350 or 600, see the link in my first post. (yes, lighting technology changes very fast, although both versions were announced in the same press release over 2 months ago.)


----------



## mrbubbles (Jul 1, 2007)

Black Bart said:


> 350 or 600, see the link in my first post. (yes, lighting technology changes very fast, although both versions were announced in the same press release over 2 months ago.)


I was going off memory from what they had before, now that they finally updated (although they're still using old technology), the 600 is pretty pricey at $150 for what you get, for example, the Cree MC-E led used in the 600 came out in flashlight more than a year ago that cost $20, so yeah, the led works, but it's already outdated in terms of efficiency and light output. 

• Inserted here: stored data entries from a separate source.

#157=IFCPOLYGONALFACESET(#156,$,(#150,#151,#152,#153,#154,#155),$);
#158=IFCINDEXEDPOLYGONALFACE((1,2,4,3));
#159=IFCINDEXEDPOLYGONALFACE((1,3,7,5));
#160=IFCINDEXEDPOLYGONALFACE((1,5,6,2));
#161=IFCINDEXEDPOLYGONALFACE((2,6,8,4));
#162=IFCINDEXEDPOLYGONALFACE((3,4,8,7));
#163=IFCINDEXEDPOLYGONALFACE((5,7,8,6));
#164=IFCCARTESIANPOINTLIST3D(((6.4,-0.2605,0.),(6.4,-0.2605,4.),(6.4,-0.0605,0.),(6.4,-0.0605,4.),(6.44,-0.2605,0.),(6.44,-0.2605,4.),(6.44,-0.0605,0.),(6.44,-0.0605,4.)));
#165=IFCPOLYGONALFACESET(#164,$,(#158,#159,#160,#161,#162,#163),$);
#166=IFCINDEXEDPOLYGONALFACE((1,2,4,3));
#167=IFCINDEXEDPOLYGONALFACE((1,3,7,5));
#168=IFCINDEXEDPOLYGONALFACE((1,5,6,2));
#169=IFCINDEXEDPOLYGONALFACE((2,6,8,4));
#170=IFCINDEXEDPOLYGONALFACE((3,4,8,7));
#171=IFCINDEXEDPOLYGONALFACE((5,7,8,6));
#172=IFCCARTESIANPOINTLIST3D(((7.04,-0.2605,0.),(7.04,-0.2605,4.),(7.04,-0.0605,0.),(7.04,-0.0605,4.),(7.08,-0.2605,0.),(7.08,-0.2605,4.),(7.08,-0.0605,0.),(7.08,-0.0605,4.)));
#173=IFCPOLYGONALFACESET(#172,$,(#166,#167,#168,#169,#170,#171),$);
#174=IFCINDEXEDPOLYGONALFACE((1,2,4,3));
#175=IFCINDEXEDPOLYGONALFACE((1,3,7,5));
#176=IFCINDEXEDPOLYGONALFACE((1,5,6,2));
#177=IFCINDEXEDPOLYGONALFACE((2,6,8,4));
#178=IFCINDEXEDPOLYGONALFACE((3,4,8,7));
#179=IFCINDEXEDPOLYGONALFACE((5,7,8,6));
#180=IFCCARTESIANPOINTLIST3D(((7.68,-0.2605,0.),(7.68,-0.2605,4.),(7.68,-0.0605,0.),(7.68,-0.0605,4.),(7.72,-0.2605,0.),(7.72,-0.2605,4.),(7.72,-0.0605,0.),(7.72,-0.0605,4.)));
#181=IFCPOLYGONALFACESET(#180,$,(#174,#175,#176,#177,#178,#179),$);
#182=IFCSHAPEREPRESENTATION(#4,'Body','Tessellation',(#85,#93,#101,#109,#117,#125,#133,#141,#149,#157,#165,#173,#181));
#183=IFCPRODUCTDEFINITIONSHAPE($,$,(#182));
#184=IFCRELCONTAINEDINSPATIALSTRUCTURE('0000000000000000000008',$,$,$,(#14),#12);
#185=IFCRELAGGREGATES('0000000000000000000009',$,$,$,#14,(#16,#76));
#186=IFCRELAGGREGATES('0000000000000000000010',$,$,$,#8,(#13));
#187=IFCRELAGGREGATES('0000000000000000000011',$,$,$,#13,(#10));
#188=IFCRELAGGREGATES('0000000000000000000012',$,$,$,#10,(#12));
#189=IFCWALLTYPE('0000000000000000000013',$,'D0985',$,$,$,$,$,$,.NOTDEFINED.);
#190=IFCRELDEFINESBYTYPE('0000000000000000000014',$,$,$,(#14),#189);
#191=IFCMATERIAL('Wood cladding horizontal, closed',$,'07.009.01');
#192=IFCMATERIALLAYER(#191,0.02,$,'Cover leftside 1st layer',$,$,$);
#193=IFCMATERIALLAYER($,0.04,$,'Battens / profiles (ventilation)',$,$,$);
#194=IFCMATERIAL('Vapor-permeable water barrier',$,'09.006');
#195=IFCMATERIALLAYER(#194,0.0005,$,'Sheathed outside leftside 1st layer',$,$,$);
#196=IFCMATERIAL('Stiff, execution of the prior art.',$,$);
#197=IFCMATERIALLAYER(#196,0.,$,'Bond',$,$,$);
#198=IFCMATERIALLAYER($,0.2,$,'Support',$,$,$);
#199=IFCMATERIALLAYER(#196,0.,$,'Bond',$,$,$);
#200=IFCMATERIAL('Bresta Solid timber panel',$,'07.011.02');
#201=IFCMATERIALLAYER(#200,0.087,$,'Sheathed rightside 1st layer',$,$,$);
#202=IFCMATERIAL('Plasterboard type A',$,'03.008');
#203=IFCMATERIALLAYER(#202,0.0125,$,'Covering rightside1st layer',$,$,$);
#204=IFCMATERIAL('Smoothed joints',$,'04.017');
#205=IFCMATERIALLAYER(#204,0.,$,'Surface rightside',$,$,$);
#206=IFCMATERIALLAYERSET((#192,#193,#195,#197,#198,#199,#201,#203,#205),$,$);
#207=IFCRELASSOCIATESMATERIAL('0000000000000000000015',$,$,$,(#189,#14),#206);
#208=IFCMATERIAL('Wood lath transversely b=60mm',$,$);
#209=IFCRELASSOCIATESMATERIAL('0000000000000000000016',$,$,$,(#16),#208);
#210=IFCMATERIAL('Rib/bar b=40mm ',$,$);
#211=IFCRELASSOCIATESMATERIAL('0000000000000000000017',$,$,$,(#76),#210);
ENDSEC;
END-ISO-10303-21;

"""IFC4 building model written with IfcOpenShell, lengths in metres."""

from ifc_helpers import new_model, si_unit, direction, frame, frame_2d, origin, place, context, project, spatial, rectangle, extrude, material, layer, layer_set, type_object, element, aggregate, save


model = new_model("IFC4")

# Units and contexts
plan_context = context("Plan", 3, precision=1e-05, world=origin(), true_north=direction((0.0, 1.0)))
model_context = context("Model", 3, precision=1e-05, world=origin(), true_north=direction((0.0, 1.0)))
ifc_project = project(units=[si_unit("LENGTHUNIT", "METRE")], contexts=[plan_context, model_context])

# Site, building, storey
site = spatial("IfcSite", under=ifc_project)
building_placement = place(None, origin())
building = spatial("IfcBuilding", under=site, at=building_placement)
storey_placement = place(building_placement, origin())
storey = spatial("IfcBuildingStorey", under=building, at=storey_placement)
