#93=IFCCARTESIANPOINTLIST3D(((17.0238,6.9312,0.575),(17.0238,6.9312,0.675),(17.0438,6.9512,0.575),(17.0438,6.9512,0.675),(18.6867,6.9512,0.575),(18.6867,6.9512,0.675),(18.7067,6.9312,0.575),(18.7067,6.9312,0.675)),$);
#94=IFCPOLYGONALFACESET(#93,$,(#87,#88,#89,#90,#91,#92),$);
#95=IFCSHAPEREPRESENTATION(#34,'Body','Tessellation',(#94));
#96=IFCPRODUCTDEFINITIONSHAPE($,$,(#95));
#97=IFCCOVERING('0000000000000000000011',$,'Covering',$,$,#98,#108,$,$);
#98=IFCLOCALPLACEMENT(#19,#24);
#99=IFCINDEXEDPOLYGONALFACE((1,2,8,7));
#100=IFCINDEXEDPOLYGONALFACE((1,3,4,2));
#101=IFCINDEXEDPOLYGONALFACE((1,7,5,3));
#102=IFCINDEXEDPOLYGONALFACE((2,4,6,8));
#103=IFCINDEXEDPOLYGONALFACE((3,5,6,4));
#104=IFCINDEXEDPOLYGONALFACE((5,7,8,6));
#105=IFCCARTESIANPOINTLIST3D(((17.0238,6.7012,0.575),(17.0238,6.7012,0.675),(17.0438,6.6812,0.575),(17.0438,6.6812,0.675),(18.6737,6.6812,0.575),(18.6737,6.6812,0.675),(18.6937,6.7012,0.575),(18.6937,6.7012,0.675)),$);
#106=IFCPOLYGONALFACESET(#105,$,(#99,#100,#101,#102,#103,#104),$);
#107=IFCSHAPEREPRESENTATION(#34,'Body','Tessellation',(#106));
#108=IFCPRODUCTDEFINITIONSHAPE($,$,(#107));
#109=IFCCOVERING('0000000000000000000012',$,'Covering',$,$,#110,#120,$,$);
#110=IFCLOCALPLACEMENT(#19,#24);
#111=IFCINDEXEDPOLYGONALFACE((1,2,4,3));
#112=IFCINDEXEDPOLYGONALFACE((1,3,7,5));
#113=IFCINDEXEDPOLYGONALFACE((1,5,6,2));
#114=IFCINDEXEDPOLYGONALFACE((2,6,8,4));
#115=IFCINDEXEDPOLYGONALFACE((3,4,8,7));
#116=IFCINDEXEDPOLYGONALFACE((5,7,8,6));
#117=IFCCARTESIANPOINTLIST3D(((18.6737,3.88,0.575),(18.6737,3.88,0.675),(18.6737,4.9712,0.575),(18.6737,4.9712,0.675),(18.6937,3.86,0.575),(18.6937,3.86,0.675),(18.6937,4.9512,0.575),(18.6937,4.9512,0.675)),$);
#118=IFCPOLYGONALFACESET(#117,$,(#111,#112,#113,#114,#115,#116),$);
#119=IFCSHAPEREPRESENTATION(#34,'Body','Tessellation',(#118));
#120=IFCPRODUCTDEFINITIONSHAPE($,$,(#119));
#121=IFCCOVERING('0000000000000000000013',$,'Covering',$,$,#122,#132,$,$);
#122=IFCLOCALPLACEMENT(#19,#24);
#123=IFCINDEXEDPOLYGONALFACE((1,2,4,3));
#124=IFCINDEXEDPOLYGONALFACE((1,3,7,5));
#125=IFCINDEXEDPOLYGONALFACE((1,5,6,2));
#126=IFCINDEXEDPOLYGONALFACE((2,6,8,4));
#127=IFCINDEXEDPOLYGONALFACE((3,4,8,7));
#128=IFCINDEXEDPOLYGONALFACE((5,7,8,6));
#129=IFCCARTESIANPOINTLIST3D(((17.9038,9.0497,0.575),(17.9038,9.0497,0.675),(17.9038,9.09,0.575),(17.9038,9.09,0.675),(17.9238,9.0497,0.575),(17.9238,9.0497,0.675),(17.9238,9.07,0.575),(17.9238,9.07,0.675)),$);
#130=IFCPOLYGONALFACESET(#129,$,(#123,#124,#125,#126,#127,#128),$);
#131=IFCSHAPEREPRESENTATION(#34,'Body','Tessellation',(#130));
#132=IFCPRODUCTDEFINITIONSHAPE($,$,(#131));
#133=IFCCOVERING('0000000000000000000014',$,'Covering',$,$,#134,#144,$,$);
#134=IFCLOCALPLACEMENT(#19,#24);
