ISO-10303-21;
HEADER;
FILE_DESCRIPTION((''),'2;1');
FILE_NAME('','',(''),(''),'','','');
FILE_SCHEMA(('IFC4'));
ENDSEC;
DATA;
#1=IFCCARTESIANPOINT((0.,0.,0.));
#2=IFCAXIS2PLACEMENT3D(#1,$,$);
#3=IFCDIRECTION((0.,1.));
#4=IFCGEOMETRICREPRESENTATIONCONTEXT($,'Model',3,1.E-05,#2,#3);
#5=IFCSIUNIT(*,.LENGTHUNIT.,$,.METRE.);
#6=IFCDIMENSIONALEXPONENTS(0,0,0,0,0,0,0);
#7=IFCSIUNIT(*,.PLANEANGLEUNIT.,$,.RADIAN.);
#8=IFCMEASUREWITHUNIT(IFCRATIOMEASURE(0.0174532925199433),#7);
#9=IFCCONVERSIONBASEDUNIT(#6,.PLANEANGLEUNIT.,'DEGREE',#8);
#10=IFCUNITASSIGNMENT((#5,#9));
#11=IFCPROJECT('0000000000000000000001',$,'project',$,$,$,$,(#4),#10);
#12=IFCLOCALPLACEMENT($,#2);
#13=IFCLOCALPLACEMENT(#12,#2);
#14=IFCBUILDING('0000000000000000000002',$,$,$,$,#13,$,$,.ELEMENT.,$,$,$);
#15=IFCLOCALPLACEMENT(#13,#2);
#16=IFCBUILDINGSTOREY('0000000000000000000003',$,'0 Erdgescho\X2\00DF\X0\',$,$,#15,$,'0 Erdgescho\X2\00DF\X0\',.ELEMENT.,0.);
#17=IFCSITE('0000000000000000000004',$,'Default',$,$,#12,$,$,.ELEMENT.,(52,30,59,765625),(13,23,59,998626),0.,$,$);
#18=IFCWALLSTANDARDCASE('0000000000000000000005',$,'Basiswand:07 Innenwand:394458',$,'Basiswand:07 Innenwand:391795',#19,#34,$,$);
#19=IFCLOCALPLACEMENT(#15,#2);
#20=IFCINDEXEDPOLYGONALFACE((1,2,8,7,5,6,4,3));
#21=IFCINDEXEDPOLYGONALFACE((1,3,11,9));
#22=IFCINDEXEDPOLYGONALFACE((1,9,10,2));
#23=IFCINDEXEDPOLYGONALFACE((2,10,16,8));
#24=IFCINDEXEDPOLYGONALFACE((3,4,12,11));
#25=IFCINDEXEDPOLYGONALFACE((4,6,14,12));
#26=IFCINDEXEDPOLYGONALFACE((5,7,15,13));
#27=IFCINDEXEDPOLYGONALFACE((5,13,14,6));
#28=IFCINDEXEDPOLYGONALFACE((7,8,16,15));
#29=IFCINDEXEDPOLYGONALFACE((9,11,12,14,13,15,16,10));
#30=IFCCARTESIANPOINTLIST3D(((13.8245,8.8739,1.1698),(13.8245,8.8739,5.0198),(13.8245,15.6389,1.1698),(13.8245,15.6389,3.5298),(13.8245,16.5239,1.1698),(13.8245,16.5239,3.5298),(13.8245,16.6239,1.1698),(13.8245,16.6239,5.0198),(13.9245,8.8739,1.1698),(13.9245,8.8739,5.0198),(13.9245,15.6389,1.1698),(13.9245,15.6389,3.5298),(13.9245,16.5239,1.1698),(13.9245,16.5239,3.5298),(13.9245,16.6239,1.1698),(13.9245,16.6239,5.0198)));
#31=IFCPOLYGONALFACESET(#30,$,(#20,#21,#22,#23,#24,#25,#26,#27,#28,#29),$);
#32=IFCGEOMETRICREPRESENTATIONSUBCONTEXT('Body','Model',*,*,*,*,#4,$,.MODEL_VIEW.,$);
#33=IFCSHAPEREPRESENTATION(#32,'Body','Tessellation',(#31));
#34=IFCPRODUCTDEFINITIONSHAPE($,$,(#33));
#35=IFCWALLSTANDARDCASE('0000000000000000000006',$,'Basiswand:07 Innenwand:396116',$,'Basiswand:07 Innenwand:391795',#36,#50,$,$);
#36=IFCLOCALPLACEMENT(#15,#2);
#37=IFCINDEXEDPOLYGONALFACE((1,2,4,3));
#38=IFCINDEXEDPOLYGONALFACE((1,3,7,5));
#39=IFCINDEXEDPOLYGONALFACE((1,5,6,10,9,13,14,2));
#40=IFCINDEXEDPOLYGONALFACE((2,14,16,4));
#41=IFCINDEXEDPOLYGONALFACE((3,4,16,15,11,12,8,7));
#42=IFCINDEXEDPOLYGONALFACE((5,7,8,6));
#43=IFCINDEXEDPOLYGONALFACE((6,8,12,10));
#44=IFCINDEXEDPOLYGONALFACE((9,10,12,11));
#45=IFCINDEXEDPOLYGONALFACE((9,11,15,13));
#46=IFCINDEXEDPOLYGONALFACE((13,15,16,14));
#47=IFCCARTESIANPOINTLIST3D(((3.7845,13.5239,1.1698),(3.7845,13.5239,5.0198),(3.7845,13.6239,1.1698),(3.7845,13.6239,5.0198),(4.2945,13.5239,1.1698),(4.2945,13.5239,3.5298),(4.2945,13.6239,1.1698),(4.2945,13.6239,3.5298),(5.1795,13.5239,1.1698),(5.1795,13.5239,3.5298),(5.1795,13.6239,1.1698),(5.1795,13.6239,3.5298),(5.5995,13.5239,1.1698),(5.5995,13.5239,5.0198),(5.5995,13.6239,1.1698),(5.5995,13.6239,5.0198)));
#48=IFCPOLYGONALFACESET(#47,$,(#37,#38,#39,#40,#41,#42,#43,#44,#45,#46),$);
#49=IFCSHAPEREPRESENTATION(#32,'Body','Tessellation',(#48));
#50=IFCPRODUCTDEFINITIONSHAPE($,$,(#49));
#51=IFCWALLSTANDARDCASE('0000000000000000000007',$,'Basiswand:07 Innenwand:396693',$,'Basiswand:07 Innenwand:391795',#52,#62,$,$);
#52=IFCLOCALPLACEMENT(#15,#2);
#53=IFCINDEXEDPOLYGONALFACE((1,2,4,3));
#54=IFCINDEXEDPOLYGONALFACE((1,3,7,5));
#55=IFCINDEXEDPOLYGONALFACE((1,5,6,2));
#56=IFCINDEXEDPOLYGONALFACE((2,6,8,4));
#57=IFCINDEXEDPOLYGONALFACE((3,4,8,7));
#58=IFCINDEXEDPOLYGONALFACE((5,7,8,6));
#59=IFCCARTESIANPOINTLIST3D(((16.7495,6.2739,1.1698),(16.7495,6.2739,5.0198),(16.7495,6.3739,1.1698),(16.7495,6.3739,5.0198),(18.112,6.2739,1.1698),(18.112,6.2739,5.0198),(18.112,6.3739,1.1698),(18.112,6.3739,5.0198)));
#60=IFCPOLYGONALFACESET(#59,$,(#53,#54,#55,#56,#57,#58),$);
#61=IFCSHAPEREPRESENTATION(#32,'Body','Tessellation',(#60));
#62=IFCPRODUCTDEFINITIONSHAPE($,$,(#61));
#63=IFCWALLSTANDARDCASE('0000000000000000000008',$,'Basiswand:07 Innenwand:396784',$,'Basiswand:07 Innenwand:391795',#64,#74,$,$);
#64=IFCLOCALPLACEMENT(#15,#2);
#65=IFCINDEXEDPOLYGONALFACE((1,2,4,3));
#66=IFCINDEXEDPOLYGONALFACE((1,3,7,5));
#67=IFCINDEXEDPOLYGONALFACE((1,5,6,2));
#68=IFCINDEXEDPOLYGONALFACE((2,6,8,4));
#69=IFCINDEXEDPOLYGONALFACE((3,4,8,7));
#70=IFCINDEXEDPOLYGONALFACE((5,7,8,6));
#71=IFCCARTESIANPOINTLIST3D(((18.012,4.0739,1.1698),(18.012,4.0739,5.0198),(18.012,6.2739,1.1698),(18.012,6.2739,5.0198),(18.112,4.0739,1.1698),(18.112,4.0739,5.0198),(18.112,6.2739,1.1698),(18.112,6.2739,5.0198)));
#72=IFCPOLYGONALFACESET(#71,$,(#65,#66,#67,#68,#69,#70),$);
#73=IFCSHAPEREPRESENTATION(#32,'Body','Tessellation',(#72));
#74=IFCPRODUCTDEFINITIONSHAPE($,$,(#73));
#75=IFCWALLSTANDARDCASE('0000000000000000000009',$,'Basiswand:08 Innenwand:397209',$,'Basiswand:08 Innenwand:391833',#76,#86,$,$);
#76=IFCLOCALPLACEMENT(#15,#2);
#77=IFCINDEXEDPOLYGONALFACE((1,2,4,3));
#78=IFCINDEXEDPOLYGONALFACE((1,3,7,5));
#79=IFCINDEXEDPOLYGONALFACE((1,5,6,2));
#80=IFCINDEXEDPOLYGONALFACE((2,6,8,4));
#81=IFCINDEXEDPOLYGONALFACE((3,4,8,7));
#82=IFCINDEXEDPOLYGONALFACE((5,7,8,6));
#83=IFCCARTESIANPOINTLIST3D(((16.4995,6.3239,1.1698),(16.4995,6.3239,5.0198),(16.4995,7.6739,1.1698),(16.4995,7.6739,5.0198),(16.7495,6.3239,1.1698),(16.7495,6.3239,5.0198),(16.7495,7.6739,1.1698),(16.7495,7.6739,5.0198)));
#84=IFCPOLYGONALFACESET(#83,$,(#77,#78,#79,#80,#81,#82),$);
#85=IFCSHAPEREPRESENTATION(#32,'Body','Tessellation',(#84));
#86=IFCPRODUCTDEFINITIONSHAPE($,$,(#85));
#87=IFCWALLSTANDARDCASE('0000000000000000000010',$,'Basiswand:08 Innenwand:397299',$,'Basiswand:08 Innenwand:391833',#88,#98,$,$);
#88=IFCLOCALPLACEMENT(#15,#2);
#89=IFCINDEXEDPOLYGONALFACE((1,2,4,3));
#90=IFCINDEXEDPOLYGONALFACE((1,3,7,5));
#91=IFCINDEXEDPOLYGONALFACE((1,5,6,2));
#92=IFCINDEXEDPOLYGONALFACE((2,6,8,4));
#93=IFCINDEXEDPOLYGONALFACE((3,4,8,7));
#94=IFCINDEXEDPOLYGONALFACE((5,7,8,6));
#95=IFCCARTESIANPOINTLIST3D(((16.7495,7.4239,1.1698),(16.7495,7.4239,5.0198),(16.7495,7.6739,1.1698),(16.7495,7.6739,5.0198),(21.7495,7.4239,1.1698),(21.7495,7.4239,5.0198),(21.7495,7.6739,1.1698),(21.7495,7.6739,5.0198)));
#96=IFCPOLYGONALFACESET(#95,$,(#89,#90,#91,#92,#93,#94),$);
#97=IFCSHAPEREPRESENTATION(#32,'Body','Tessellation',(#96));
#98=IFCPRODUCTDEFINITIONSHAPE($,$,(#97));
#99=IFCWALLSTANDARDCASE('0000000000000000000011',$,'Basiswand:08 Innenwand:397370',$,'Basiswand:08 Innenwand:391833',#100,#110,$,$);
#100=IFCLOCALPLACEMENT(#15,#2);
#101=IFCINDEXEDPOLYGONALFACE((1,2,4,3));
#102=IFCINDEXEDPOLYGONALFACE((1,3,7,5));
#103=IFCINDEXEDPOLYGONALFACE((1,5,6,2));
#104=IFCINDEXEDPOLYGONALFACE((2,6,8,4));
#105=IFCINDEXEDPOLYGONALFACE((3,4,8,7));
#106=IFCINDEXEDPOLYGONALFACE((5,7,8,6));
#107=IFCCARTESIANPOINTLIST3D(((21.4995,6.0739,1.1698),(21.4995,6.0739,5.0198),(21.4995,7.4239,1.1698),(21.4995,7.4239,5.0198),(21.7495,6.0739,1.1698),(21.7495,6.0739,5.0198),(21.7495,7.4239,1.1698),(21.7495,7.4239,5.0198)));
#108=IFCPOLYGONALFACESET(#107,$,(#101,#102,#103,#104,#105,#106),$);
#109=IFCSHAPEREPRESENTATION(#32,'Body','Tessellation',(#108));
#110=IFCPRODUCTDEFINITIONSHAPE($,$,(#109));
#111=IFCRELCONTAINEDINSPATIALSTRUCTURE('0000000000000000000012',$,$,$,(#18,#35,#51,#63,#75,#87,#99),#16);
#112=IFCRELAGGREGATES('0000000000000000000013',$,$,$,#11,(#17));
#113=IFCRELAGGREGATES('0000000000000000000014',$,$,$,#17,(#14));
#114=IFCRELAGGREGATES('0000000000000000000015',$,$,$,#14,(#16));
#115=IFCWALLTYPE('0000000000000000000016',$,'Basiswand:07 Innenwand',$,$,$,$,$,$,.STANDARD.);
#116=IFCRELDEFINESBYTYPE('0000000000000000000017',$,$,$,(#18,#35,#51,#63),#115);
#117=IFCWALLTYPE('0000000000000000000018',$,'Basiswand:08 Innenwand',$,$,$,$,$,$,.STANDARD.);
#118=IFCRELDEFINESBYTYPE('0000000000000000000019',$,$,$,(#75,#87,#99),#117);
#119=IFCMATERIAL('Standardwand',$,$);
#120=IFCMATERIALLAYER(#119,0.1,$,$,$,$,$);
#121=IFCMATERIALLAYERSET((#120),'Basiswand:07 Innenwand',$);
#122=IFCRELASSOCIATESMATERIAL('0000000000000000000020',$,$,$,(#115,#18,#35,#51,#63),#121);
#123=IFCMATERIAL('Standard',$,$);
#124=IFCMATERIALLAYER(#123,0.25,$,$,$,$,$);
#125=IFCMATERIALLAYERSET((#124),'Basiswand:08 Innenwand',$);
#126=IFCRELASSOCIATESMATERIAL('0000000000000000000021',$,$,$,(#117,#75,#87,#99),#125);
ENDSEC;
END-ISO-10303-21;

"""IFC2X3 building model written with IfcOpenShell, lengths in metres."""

from ifc_helpers import new_model, entity, si_unit, converted_unit, direction, frame, frame_2d, origin, place, context, subcontext, project, spatial, polyline, rectangle, extrude, clip, bounded_halfspace, material, layer, layer_set, layer_usage, type_object, element, save


model = new_model("IFC2X3")

# Units and contexts
model_context = context("Model", 3, precision=1e-05, world=origin(), true_north=direction((0.0, 1.0)))
body_context = subcontext(model_context, "Body", "Model", "MODEL_VIEW")
ifc_project = project(units=[si_unit("LENGTHUNIT", "METRE"), converted_unit("PLANEANGLEUNIT", "DEGREE", entity("IfcRatioMeasure", 0.0174532925199433), si_unit("PLANEANGLEUNIT", "RADIAN"), dimensions=[0, 0, 0, 0, 0, 0, 0])], contexts=[model_context])

# Site, building, storey
site_placement = place(None, origin())
site = spatial("IfcSite", under=ifc_project, at=site_placement, Name="Default", CompositionType="ELEMENT", RefLatitude=(52, 30, 59, 765625), RefLongitude=(13, 23, 59, 998626), RefElevation=0.0)
building_placement = place(site_placement, origin())
building = spatial("IfcBuilding", under=site, at=building_placement, CompositionType="ELEMENT")
storey_placement = place(building_placement, origin())
storey = spatial("IfcBuildingStorey", under=building, at=storey_placement, Name="0 Erdgeschoß", LongName="0 Erdgeschoß", CompositionType="ELEMENT", Elevation=0.0)

# Shared definitions
ifc_material_1 = material(Name="Standardwand")
ifc_layer_1 = layer(ifc_material_1, 0.1)
ifc_layer_set_1 = layer_set([ifc_layer_1], Name="Basiswand:07 Innenwand")
wall_type_1 = type_object("IfcWallType", Name="Basiswand:07 Innenwand", PredefinedType="STANDARD", material=ifc_layer_set_1)

# Walls, openings
ifc_layer_usage_1 = layer_usage(ifc_layer_set_1, "AXIS2", "NEGATIVE", 0.05)
wall_1_placement = place(storey_placement, frame((13.8745, 8.8739, 1.1698), z_axis=(0.0, 0.0, 1.0), x_axis=(0.0, 1.0, 0.0)))
wall_1 = element("IfcWallStandardCase", 1, at=wall_1_placement, inside=storey, type_object=wall_type_1, material=ifc_layer_usage_1, Name="Basiswand:07 Innenwand:394458", ObjectType="Basiswand:07 Innenwand:391795", context=body_context, shape_type="Clipping", body=[
    clip(extrude(rectangle(XDim=7.75, YDim=0.1, at=frame_2d((3.875, 0.0), x_axis=(-1.0, 0.0))), origin(), (0.0, 0.0, 1.0), 3.85), bounded_halfspace(frame((0.0, -0.05, 3.85), z_axis=(0.0, 0.0, -1.0), x_axis=(-1.0, 0.0, 0.0)), True, frame((0.0, -0.05, 3.85)), polyline([(0.0, 0.0), (7.75, 0.0), (7.75, 0.1), (0.0, 0.1), (0.0, 0.0)]))),
])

You can get 800-900 lumens in a flashlight for $30 or less from DX. MTBR's lighting subforum covers almost all of it, from cheap $80 fully boxed setup to high zoot Lupine setup.


----------



## Black Bart (Dec 6, 2005)

mrbubbles said:


> I was going off memory from what they had before, now that they finally updated (although they're still using old technology), the 600 is pretty pricey at $150 for what you get, for example, the Cree MC-E led used in the 600 came out in flashlight more than a year ago that cost $20, so yeah, the led works, but it's already outdated in terms of efficiency and light output.
> 
> 
> You can get 800-900 lumens in a flashlight for $30 or less from DX. MTBR's lighting subforum covers almost all of it, from cheap $80 fully boxed setup to high zoot Lupine setup.


Where did you learn that the MiNewt 600 used the MC-E? When I Googled for info on it, the first return that referenced the two together was your post in this thread.

The Cree MC-E (which btw, NR used years ago on it's first Pro series) now costs about $20 for just the emitter and is rated at 430 lumen. When you put that into a cheap or non existent reflector and shine it through a poor quality lens, you don't wind up with 600 lumen or a great beam pattern. Those cheap lights ($40+ on DX) are notorious for grossly overstating their light output, you'll need to buy one that claims 1000+ lumen to match the NR 600. Do they come with Li-Ion batteries? Or a charger? What's the run time? Does it have a battery level indicator? Can you charge it off of the ubiquitous mini-usb cable, like off your computer at work?

BTW, the lights discussed in the MTBR thread you linked to are described by the posters as being a "crap shoot" in terms of quality, with poor light color and pattern, battery life, lenses and reflectors. The light diminishes in brightness as the battery runs down, something a quality light does not do. They also talk a lot about rigging up bar mounts from PVC pipes, scraps of rubber and 2-Fish mounts. Not sure that's what the OP is looking for.


----------



## mrbubbles (Jul 1, 2007)

Black Bart said:


> Where did you learn that the MiNewt 600 used the MC-E? When I Googled for info on it, the first return that referenced the two together was your post in this thread.
> 
> The Cree MC-E (which btw, NR used years ago on it's first Pro series) now costs about $20 for just the emitter and is rated at 430 lumen. When you put that into a cheap or non existent reflector and shine it through a poor quality lens, you don't wind up with 600 lumen or a great beam pattern.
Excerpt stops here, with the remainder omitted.